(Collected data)
===

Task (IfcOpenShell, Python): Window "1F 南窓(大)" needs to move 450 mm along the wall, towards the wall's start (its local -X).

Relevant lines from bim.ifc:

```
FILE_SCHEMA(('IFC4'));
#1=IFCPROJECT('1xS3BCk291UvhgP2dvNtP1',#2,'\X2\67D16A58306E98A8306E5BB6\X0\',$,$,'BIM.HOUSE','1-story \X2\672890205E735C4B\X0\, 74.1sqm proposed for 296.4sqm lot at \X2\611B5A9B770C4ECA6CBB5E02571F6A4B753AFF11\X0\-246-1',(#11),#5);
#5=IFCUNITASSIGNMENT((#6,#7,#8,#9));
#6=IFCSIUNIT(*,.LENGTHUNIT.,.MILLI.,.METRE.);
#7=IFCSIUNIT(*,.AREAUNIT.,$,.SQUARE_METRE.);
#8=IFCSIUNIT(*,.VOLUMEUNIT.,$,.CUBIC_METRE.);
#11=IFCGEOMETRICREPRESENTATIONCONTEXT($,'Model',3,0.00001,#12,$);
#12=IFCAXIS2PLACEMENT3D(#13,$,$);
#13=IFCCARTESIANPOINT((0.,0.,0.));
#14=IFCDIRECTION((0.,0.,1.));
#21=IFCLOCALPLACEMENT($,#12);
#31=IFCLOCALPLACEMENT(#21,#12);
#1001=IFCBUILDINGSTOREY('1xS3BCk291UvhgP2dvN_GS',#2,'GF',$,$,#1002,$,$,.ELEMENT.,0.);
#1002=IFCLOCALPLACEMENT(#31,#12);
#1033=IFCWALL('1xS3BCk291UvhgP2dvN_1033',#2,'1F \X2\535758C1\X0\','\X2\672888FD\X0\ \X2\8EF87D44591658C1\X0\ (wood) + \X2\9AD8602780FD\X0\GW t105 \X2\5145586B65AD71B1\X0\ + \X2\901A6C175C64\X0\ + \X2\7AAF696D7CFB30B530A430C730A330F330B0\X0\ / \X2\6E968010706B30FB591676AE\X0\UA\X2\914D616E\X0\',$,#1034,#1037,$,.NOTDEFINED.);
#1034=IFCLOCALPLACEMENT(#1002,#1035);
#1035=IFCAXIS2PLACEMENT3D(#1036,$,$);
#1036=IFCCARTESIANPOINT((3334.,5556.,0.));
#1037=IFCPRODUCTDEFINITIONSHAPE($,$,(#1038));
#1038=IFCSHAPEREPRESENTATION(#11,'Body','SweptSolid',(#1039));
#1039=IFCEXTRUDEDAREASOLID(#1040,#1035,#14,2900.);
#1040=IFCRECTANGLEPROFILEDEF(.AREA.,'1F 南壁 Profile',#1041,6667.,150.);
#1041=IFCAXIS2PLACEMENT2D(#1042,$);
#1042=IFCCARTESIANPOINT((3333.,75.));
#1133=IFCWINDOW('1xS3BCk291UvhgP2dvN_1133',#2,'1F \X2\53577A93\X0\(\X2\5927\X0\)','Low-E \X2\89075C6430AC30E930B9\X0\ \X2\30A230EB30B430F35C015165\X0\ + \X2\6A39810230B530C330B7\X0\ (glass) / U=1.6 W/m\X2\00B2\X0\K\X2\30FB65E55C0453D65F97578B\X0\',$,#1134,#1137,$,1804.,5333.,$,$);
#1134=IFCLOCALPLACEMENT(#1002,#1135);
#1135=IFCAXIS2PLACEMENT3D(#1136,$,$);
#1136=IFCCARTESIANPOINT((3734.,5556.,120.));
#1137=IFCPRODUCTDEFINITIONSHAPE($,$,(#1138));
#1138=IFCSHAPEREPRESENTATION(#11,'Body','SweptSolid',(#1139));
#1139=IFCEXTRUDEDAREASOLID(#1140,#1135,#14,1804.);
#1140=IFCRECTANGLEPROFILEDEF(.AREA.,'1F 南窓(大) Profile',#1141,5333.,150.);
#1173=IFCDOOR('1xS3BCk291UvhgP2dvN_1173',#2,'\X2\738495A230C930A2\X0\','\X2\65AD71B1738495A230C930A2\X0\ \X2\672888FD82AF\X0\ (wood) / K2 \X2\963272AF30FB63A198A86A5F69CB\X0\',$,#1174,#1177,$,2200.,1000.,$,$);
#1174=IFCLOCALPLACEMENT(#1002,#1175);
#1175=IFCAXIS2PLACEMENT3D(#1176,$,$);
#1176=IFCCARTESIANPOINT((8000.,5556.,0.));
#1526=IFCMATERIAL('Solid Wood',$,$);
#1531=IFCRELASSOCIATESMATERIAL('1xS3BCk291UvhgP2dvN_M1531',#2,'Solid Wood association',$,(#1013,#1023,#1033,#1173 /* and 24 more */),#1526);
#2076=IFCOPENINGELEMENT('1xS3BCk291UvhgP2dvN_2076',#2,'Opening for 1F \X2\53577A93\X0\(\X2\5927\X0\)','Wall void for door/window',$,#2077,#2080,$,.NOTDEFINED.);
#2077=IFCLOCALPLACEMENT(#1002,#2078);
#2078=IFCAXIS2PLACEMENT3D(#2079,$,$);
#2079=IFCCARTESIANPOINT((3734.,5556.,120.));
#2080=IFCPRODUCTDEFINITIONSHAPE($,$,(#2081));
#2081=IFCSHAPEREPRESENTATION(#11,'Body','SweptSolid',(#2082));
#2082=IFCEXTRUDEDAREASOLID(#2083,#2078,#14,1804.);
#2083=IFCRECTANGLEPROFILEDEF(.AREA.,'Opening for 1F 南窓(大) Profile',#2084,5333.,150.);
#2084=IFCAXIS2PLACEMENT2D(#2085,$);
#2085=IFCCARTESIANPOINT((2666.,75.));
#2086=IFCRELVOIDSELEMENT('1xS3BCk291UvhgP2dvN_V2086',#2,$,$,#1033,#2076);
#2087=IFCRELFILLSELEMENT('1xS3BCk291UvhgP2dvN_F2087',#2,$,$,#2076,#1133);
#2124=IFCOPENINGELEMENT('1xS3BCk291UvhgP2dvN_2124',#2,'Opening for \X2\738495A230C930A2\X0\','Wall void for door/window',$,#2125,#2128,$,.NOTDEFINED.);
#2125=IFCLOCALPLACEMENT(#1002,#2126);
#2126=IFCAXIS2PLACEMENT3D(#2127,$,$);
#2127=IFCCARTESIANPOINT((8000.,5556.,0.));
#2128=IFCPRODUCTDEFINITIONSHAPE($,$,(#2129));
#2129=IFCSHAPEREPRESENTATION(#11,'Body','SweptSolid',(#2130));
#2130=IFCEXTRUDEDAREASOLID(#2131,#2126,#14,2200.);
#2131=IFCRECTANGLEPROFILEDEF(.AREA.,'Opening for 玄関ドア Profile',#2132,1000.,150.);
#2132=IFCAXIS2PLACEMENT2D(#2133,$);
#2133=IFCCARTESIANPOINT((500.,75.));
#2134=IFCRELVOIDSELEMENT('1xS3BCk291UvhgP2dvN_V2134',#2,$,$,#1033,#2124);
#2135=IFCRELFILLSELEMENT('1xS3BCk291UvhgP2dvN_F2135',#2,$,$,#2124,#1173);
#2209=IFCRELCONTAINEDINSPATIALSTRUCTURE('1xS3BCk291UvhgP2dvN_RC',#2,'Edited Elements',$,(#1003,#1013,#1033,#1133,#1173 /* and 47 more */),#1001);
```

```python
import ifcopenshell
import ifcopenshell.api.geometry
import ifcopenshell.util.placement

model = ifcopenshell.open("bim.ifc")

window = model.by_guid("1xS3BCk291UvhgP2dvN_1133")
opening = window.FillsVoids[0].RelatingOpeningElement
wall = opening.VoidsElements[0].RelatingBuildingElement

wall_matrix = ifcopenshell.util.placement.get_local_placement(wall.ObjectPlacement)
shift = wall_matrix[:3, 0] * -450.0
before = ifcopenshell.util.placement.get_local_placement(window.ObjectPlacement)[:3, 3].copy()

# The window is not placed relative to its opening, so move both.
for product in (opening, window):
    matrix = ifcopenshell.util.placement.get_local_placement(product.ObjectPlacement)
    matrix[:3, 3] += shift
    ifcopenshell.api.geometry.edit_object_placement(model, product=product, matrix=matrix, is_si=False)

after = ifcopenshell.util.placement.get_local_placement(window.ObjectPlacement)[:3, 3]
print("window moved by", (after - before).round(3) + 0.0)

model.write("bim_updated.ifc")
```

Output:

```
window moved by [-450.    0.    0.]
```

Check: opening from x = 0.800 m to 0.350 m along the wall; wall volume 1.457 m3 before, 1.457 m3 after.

===

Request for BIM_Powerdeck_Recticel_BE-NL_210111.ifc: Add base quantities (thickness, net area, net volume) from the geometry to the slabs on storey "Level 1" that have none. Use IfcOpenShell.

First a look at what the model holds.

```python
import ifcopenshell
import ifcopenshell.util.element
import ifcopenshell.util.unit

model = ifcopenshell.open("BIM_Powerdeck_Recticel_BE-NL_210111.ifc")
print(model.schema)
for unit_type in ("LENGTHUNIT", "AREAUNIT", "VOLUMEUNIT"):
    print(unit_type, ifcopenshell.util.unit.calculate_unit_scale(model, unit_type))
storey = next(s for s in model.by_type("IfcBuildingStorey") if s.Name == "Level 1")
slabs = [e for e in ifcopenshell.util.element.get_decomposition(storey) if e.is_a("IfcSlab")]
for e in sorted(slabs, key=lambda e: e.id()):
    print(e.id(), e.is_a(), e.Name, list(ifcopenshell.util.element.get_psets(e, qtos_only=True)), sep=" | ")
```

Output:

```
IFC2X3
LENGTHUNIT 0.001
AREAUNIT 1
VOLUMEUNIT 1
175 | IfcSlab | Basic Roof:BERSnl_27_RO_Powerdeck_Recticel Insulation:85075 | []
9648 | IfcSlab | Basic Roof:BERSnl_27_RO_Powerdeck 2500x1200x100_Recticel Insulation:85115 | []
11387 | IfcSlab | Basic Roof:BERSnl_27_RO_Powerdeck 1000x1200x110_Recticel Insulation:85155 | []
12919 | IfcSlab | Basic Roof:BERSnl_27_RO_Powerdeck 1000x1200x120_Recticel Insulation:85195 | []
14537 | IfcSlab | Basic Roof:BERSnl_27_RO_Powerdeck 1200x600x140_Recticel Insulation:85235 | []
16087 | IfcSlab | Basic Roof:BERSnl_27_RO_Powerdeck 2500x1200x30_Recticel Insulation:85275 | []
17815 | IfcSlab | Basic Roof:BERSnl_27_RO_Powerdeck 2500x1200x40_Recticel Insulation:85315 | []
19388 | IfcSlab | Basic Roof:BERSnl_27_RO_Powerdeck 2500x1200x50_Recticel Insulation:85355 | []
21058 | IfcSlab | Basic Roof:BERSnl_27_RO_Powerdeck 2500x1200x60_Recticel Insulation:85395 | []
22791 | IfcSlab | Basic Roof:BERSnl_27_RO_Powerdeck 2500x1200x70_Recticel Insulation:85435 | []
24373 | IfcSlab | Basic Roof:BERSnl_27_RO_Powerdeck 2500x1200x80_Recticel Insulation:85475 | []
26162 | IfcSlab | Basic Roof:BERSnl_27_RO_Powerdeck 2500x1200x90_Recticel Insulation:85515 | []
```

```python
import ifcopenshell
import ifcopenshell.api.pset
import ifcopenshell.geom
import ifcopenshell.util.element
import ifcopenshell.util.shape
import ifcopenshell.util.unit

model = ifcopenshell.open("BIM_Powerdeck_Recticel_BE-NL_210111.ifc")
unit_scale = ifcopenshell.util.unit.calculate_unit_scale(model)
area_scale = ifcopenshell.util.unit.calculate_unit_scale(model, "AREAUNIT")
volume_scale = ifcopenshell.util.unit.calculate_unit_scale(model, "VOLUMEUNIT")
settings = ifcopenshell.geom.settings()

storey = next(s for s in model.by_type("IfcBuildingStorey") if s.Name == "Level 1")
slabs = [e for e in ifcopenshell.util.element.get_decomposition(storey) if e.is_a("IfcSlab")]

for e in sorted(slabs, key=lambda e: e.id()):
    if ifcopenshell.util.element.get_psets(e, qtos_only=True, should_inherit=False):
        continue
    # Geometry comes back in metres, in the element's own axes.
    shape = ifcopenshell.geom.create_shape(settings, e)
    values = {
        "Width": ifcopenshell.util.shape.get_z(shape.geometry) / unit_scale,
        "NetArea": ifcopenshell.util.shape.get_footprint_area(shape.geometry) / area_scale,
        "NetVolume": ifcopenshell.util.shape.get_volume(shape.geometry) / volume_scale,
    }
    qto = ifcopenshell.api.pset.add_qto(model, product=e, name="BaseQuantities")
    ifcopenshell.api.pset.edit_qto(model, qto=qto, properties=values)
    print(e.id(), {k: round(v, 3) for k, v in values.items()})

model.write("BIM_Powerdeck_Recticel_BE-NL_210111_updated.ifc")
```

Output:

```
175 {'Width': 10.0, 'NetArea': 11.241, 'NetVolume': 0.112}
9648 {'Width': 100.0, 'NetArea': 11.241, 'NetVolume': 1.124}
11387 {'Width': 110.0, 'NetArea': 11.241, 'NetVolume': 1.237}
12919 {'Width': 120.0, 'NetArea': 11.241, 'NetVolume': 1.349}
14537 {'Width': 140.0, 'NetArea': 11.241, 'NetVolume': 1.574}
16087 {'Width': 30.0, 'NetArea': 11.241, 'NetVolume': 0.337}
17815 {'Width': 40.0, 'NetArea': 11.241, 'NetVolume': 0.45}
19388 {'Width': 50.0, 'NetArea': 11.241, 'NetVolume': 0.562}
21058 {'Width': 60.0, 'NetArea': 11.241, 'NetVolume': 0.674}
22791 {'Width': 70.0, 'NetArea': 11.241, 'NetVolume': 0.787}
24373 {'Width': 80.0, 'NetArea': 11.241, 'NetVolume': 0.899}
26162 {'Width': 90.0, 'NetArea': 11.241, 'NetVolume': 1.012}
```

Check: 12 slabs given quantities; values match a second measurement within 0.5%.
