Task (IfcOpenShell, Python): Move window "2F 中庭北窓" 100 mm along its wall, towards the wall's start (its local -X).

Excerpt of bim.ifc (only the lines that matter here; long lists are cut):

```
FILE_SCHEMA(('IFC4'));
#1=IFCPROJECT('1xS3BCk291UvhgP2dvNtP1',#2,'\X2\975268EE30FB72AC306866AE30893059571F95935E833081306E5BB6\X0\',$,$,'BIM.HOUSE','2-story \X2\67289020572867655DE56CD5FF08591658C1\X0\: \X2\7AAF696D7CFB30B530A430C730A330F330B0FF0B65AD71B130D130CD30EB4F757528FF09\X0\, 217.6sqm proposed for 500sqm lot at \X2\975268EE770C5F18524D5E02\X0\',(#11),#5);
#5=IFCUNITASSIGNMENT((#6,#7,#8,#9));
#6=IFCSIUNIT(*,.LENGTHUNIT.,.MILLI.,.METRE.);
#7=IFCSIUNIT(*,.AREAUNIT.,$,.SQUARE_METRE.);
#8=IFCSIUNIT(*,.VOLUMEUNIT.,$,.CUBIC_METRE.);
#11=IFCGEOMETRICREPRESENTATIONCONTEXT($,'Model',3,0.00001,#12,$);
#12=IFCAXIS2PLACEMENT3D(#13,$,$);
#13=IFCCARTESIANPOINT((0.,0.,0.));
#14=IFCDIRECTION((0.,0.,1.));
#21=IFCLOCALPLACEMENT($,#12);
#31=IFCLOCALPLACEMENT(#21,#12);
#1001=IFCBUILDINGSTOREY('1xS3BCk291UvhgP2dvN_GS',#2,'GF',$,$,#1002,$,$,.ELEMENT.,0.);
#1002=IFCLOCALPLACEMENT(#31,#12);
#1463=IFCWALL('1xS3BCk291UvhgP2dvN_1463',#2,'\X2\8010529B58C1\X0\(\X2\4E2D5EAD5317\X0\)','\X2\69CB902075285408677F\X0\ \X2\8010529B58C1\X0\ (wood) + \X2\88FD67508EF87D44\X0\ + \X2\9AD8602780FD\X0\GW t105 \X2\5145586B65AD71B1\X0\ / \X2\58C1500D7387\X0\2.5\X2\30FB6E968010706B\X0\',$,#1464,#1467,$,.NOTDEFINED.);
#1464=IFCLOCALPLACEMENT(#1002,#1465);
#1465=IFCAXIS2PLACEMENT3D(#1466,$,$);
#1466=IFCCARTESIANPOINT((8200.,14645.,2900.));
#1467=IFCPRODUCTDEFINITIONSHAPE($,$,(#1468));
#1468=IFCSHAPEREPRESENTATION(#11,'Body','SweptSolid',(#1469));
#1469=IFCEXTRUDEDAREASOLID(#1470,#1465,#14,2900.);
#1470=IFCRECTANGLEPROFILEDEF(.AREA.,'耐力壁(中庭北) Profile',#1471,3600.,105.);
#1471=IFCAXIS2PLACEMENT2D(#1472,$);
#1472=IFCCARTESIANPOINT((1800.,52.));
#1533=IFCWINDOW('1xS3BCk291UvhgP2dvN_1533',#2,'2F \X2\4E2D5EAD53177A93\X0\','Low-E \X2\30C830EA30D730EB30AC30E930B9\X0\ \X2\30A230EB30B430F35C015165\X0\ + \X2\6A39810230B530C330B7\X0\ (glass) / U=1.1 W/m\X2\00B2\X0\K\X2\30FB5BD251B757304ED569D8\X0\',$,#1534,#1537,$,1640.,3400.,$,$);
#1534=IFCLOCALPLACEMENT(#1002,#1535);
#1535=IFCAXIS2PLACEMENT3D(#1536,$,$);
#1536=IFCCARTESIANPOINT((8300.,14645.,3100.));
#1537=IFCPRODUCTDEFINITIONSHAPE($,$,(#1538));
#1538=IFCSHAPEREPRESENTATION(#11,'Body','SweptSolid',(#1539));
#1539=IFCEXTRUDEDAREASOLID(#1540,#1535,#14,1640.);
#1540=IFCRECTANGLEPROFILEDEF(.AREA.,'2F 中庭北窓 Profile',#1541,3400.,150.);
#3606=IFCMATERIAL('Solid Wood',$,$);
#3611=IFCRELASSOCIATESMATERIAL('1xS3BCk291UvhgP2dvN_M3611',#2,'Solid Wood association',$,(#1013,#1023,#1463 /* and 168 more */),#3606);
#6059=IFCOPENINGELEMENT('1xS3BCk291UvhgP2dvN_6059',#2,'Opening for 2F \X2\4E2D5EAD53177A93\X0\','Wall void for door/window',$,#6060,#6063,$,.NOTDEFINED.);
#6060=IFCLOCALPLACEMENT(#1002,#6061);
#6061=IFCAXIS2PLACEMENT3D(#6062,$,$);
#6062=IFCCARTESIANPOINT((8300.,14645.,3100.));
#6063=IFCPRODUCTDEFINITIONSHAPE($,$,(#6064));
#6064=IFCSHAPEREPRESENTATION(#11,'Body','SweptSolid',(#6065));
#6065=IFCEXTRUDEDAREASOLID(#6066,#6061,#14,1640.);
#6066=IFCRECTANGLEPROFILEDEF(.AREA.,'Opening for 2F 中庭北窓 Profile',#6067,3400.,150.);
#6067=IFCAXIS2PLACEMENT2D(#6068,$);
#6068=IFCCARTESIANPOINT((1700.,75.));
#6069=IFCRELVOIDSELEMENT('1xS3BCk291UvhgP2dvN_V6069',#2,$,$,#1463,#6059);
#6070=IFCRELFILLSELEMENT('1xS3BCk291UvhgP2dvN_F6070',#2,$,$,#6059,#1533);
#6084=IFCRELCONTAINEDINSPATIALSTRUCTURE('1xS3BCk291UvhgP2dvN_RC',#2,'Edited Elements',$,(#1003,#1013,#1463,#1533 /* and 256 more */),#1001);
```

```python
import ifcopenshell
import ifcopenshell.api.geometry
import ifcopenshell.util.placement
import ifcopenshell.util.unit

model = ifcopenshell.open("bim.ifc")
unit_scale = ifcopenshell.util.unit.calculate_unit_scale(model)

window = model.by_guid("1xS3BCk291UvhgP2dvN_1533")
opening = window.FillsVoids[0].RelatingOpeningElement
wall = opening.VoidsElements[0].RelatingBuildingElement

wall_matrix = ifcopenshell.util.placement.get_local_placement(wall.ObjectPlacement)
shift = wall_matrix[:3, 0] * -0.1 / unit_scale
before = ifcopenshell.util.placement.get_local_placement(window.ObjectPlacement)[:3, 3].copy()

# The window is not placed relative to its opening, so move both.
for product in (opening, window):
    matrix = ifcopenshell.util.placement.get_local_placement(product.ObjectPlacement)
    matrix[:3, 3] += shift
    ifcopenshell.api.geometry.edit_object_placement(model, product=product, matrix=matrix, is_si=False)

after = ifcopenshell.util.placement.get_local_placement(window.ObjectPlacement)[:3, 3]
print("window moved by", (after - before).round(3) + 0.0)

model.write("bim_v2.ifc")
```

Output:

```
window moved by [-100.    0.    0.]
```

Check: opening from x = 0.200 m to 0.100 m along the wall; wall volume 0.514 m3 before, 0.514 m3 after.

===

* Action item: Wherever the string "SweptSolid" appears in the entries above, list that line.

* Answer to this exercise:
#1038=IFCSHAPEREPRESENTATION(#11,'Body','SweptSolid',(#1039));
#1138=IFCSHAPEREPRESENTATION(#11,'Body','SweptSolid',(#1139));
#2081=IFCSHAPEREPRESENTATION(#11,'Body','SweptSolid',(#2082));
#2129=IFCSHAPEREPRESENTATION(#11,'Body','SweptSolid',(#2130));
#1468=IFCSHAPEREPRESENTATION(#11,'Body','SweptSolid',(#1469));
#1538=IFCSHAPEREPRESENTATION(#11,'Body','SweptSolid',(#1539));
#6064=IFCSHAPEREPRESENTATION(#11,'Body','SweptSolid',(#6065));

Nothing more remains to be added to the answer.